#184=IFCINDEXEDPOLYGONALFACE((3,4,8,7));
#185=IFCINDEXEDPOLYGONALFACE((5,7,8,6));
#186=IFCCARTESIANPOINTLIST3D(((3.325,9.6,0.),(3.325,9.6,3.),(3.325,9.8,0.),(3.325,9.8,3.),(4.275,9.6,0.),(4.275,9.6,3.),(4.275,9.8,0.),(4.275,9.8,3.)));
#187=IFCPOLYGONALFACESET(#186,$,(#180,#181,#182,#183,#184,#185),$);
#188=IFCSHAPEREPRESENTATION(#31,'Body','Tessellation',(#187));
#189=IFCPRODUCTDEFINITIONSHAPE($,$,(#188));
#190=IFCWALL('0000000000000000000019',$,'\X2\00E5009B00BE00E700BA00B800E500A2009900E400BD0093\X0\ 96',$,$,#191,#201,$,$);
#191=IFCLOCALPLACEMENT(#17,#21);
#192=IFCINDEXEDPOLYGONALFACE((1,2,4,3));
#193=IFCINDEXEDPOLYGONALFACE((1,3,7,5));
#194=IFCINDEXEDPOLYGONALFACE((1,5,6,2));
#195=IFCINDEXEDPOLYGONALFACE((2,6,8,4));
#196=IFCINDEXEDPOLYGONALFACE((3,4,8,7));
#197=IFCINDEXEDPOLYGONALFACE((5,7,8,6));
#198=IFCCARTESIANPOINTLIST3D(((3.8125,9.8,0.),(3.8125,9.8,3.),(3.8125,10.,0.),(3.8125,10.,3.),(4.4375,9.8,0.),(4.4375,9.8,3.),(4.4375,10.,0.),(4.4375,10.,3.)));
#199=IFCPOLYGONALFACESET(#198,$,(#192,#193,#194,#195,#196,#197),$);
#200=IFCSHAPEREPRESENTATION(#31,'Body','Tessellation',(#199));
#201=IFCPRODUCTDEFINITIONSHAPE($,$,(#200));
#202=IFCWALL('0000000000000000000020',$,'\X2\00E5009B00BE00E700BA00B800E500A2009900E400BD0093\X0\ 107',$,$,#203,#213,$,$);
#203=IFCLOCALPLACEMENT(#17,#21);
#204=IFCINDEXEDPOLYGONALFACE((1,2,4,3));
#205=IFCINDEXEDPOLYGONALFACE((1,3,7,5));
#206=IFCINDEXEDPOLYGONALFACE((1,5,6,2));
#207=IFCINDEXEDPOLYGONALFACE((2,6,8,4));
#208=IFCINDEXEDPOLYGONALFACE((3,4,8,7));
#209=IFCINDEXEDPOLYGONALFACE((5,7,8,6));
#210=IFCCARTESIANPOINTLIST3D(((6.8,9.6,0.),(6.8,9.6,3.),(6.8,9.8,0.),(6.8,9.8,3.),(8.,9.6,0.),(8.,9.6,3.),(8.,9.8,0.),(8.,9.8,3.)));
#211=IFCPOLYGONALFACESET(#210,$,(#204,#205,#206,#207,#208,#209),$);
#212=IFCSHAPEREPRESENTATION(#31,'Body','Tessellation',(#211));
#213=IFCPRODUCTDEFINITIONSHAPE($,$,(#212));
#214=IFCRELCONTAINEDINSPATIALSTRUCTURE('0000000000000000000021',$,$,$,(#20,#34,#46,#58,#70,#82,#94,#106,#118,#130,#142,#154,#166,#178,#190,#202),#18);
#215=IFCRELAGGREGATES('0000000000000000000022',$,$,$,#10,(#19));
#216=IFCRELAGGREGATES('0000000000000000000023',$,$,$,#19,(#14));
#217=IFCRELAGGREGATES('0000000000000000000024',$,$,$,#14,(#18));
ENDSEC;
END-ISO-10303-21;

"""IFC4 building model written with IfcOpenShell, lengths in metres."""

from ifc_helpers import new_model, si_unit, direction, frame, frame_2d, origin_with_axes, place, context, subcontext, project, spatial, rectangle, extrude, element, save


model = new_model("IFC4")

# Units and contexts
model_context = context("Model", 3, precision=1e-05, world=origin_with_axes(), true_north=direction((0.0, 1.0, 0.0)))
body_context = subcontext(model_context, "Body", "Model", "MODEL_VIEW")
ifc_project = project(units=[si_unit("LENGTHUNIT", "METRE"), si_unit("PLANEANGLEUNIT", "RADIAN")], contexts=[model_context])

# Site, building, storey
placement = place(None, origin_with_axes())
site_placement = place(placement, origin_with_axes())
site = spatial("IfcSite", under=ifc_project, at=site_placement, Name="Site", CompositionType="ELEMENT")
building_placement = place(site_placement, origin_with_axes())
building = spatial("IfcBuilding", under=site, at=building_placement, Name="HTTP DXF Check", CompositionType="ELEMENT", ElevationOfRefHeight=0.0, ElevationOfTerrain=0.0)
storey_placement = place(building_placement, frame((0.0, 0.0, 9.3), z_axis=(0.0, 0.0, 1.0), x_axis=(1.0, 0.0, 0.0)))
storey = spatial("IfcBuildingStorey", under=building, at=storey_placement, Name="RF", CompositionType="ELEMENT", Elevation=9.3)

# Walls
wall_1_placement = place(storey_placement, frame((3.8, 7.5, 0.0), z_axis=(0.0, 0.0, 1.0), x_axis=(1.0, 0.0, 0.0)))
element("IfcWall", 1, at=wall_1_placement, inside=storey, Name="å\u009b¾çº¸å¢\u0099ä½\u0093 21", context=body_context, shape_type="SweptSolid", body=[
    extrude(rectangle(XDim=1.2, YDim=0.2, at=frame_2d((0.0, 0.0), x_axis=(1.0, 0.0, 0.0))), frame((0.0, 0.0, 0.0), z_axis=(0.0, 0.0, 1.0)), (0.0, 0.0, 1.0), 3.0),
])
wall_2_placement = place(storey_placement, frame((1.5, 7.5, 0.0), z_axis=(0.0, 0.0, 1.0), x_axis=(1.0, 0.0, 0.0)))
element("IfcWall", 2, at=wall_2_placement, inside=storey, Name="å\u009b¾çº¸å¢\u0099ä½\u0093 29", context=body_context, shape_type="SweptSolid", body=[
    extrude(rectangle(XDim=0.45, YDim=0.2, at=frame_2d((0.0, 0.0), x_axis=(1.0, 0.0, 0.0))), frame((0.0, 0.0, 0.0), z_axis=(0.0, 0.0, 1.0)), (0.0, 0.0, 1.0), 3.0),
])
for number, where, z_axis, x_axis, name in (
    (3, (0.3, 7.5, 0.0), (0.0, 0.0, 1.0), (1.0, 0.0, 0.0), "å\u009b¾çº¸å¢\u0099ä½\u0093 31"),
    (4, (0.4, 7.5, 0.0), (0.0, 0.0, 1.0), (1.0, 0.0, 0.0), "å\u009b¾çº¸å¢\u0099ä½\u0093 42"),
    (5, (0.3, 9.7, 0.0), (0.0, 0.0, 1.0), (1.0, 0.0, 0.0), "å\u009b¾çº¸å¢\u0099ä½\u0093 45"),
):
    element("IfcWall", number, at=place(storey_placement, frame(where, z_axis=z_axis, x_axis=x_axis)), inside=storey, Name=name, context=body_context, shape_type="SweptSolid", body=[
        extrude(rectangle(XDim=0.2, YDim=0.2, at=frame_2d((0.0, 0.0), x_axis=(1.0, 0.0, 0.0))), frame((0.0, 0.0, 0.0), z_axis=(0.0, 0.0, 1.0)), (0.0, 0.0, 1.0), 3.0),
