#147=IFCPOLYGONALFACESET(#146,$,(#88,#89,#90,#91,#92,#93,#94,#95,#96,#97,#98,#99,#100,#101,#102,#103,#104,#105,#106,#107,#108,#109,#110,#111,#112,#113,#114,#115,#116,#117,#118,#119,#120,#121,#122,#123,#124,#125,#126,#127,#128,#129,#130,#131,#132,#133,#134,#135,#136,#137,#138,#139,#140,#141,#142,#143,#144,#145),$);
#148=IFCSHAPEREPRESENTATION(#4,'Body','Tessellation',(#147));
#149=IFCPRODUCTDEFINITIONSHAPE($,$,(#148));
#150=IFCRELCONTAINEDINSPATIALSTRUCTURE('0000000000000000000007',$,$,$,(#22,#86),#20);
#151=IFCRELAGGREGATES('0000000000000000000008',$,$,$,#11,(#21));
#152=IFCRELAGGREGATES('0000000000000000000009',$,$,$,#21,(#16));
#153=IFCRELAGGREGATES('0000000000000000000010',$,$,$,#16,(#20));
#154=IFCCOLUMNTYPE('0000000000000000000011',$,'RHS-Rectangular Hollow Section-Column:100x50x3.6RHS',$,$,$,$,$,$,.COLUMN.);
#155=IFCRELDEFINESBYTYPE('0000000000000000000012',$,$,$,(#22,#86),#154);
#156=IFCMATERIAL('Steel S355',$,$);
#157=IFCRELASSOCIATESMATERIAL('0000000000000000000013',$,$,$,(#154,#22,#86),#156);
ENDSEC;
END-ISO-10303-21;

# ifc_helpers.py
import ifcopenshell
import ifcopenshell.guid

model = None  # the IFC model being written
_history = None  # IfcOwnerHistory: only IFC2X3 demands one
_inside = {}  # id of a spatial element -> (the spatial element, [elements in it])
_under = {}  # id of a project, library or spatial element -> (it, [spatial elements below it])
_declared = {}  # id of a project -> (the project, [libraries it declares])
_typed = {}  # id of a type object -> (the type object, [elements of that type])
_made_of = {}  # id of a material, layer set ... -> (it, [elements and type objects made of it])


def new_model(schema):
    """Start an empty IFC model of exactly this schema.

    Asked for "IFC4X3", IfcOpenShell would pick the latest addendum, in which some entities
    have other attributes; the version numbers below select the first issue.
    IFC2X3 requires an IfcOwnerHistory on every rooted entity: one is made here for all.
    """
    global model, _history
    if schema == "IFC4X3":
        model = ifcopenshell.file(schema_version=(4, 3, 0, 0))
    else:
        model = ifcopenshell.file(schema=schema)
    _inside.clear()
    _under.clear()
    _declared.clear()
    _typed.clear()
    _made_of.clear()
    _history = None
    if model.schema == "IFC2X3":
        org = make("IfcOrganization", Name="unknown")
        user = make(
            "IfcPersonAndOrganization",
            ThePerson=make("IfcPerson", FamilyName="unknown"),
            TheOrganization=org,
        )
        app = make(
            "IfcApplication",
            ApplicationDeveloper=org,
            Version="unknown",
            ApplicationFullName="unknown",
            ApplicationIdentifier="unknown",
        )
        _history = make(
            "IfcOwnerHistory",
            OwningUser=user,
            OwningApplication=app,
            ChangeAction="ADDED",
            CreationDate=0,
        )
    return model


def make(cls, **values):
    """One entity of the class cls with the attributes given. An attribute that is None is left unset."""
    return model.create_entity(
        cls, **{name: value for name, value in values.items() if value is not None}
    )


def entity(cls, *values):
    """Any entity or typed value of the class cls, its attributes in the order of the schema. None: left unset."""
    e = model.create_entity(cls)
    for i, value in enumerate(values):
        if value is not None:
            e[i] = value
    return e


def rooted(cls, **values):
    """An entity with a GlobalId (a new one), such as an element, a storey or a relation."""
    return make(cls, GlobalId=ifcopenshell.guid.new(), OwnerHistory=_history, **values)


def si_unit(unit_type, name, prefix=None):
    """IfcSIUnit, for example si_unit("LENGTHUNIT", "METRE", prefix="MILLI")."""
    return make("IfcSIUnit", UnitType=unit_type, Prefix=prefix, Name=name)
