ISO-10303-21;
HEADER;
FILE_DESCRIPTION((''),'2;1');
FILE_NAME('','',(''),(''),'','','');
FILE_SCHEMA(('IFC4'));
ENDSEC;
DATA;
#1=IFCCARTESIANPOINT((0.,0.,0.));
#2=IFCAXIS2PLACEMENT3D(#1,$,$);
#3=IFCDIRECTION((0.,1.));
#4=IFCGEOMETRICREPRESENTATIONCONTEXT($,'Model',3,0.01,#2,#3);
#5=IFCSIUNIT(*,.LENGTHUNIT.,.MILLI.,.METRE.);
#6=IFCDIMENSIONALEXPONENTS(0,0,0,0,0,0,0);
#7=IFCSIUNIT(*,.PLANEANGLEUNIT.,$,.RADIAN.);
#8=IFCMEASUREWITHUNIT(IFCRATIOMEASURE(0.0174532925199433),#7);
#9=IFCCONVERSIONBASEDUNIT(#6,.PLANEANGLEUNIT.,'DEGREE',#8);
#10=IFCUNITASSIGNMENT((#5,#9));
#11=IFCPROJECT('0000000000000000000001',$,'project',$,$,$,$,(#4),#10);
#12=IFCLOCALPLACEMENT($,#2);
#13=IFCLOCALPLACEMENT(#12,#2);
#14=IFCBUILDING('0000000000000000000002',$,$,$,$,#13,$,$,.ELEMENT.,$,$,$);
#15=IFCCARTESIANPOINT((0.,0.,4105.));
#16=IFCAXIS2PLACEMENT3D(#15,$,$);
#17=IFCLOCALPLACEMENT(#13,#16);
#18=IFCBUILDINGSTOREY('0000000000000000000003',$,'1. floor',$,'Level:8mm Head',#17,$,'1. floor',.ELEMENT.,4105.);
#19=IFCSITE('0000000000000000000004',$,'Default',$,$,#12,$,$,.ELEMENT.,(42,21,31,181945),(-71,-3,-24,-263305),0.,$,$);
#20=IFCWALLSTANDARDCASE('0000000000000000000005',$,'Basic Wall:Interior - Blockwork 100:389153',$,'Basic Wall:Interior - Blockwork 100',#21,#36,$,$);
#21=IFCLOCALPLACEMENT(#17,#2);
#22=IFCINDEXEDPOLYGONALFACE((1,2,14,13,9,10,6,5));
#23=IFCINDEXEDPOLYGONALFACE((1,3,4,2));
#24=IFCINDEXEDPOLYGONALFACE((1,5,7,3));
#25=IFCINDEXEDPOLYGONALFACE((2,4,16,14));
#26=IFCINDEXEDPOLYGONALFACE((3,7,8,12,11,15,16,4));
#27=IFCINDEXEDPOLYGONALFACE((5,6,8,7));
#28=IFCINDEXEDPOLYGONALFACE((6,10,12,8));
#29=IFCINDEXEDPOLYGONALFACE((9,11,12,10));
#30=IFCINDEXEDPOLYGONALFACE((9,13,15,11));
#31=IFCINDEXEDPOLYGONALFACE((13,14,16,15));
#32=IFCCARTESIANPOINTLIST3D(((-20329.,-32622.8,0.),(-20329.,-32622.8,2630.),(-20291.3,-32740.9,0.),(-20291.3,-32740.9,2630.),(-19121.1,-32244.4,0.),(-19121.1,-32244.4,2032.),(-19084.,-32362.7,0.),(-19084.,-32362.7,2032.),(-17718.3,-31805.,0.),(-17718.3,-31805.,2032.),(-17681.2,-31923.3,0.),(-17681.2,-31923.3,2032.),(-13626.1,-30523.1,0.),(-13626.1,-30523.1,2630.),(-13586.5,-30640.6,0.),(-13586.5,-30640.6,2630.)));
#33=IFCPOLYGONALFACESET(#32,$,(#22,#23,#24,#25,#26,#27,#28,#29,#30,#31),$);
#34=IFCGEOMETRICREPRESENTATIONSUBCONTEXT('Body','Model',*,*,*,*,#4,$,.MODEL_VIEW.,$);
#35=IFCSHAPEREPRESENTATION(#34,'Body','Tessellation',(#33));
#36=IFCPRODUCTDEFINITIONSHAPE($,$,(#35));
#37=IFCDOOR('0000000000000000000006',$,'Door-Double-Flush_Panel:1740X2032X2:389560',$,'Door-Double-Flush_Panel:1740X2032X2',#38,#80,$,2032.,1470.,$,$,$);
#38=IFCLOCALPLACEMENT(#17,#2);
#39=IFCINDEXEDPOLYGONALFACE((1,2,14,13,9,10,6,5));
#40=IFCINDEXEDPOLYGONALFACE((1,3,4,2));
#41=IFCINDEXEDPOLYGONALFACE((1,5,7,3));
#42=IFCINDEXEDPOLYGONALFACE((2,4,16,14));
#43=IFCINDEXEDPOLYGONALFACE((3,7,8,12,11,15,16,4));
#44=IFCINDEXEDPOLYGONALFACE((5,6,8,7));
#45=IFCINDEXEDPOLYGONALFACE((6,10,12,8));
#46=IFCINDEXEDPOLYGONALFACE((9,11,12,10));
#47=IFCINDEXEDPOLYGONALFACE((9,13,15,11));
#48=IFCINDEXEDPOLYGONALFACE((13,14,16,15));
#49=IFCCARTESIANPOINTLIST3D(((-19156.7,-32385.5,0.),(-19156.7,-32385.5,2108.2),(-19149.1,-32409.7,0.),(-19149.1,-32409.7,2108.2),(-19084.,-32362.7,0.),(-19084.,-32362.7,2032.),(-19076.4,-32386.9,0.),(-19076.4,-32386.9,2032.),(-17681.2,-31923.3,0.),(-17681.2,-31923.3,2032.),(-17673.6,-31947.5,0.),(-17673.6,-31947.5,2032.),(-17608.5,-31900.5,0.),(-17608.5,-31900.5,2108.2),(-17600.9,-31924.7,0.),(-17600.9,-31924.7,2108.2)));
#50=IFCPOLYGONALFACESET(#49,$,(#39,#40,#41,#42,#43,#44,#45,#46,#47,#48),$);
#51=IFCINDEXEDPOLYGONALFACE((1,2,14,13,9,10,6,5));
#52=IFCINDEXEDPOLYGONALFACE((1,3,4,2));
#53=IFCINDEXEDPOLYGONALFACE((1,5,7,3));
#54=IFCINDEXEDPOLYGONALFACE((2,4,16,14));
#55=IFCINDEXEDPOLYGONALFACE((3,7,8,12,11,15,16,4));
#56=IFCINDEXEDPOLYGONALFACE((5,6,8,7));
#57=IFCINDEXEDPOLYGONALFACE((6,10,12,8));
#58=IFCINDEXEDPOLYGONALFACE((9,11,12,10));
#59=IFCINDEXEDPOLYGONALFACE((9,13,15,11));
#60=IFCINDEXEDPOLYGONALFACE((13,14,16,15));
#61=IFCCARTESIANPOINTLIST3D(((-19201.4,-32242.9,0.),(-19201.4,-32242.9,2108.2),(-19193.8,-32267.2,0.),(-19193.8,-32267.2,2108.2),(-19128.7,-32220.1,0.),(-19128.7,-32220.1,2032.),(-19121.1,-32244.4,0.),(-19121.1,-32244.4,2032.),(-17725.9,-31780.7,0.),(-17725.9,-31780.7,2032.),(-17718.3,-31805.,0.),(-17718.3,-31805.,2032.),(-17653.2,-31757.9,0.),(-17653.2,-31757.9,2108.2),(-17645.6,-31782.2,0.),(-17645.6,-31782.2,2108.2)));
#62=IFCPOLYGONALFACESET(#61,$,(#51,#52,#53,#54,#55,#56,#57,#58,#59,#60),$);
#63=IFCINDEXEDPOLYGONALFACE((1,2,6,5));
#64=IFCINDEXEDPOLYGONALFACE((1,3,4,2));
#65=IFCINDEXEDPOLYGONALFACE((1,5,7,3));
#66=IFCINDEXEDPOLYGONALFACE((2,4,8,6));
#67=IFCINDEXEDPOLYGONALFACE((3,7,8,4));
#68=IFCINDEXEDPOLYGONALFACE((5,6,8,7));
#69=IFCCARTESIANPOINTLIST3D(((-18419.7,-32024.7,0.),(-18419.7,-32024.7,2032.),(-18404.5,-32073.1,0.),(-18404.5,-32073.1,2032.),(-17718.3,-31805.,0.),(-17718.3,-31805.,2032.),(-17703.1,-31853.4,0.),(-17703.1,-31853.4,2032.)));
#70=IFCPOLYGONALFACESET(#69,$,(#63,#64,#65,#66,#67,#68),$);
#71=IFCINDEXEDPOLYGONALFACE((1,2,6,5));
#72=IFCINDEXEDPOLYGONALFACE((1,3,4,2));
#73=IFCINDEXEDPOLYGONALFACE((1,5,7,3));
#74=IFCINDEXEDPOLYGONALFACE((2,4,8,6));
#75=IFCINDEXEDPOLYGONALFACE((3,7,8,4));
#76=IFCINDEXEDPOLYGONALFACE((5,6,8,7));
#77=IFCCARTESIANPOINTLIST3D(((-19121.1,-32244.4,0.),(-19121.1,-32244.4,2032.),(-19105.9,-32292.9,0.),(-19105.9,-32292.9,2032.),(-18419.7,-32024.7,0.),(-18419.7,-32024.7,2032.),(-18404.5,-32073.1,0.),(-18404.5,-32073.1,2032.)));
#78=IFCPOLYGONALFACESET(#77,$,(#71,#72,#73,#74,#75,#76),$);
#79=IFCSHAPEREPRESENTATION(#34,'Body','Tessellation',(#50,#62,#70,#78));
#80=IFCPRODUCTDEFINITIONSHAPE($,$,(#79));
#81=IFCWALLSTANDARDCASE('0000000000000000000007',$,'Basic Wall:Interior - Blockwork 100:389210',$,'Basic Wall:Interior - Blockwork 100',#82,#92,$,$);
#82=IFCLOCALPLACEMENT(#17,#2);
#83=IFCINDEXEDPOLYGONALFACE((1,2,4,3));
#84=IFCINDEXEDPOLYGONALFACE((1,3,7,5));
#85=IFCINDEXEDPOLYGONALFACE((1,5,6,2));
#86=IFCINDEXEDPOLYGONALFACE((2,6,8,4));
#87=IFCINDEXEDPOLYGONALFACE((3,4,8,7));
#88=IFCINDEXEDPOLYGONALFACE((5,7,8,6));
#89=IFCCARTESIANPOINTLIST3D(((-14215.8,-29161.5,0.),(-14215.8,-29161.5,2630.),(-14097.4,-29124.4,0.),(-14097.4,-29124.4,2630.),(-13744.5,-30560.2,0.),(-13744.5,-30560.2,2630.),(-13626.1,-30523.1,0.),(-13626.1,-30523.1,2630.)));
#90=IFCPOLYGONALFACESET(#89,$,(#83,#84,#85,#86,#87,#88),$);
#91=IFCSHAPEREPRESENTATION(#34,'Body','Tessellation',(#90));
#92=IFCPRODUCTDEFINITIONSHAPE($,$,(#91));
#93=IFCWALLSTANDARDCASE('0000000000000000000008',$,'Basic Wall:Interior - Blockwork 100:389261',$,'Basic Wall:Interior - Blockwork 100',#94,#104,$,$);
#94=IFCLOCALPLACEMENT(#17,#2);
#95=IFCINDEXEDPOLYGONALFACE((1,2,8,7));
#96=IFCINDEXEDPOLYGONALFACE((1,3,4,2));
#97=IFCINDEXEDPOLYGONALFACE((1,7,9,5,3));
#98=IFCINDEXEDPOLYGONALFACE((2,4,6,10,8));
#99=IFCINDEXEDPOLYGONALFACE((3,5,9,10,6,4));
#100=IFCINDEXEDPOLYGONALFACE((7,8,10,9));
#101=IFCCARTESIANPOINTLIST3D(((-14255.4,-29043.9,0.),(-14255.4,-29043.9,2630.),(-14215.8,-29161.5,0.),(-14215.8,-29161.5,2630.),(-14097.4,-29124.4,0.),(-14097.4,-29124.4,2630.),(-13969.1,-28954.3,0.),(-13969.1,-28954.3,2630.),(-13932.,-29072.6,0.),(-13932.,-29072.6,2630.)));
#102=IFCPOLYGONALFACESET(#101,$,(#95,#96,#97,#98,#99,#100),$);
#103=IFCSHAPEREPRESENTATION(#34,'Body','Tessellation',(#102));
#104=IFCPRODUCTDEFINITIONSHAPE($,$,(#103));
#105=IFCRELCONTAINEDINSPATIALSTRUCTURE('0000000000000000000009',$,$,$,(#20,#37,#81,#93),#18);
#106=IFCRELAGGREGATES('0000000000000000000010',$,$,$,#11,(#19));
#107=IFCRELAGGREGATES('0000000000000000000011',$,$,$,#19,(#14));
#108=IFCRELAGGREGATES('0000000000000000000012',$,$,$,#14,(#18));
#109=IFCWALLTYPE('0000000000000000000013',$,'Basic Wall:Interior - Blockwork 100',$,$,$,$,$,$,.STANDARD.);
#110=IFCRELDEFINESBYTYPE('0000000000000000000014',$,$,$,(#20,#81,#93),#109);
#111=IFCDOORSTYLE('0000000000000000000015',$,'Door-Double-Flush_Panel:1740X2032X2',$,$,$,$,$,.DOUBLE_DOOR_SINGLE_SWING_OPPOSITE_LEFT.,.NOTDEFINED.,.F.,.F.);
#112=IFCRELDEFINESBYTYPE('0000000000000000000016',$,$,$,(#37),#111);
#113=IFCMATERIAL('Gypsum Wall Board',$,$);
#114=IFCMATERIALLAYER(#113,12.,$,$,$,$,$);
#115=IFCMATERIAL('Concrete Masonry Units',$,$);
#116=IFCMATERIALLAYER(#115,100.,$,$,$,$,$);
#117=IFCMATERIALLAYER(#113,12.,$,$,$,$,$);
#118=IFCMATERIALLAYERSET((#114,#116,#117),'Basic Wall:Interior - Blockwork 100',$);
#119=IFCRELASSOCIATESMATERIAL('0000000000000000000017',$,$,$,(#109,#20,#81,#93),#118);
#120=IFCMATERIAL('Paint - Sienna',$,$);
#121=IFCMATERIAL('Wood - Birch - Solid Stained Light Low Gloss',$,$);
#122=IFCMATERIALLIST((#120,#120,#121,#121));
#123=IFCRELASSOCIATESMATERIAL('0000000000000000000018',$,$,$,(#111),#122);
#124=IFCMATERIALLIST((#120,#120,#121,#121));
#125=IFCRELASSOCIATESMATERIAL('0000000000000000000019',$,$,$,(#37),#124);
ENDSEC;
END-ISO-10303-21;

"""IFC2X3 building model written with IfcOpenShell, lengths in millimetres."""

from ifc_helpers import new_model, entity, si_unit, converted_unit, direction, frame, frame_2d, origin, origin_2d_with_axis, place, context, subcontext, project, spatial, polyline, rectangle, outline, extrude, source, transform, mapped, material, material_list, layer, layer_set, layer_usage, type_object, type_shapes, element, fill, save


model = new_model("IFC2X3")

# Units and contexts
model_context = context("Model", 3, precision=0.01, world=origin(), true_north=direction((0.0, 1.0)))
body_context = subcontext(model_context, "Body", "Model", "MODEL_VIEW")
ifc_project = project(units=[si_unit("LENGTHUNIT", "METRE", prefix="MILLI"), converted_unit("PLANEANGLEUNIT", "DEGREE", entity("IfcRatioMeasure", 0.0174532925199433), si_unit("PLANEANGLEUNIT", "RADIAN"), dimensions=[0, 0, 0, 0, 0, 0, 0])], contexts=[model_context])

# Site, building, storey
site_placement = place(None, origin())
site = spatial("IfcSite", under=ifc_project, at=site_placement, Name="Default", CompositionType="ELEMENT", RefLatitude=(42, 21, 31, 181945), RefLongitude=(-71, -3, -24, -263305), RefElevation=0.0)
building_placement = place(site_placement, origin())
building = spatial("IfcBuilding", under=site, at=building_placement, CompositionType="ELEMENT")
storey_placement = place(building_placement, frame((0.0, 0.0, 4105.0)))
storey = spatial("IfcBuildingStorey", under=building, at=storey_placement, Name="1. floor", ObjectType="Level:8mm Head", LongName="1. floor", CompositionType="ELEMENT", Elevation=4105.0)

# Shared definitions
ifc_material_1 = material(Name="Gypsum Wall Board")
ifc_material_2 = material(Name="Paint - Sienna")
ifc_material_3 = material(Name="Wood - Birch - Solid Stained Light Low Gloss")

# Shared definitions
ifc_layer_1 = layer(ifc_material_1, 12.0)
ifc_material_4 = material(Name="Concrete Masonry Units")
ifc_layer_2 = layer(ifc_material_4, 100.0)
ifc_layer_3 = layer(ifc_material_1, 12.0)
ifc_layer_set_1 = layer_set([ifc_layer_1, ifc_layer_2, ifc_layer_3], Name="Basic Wall:Interior - Blockwork 100")
wall_type_1 = type_object("IfcWallType", Name="Basic Wall:Interior - Blockwork 100", PredefinedType="STANDARD", material=ifc_layer_set_1)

^^^^^^^^^^^^^^^^

TASK STATEMENT: Only the lines that contain the string "clear" should be copied from the entries above.

ANSWER BOX:
    _inside.clear()
    _under.clear()
    _declared.clear()
    _typed.clear()
    _made_of.clear()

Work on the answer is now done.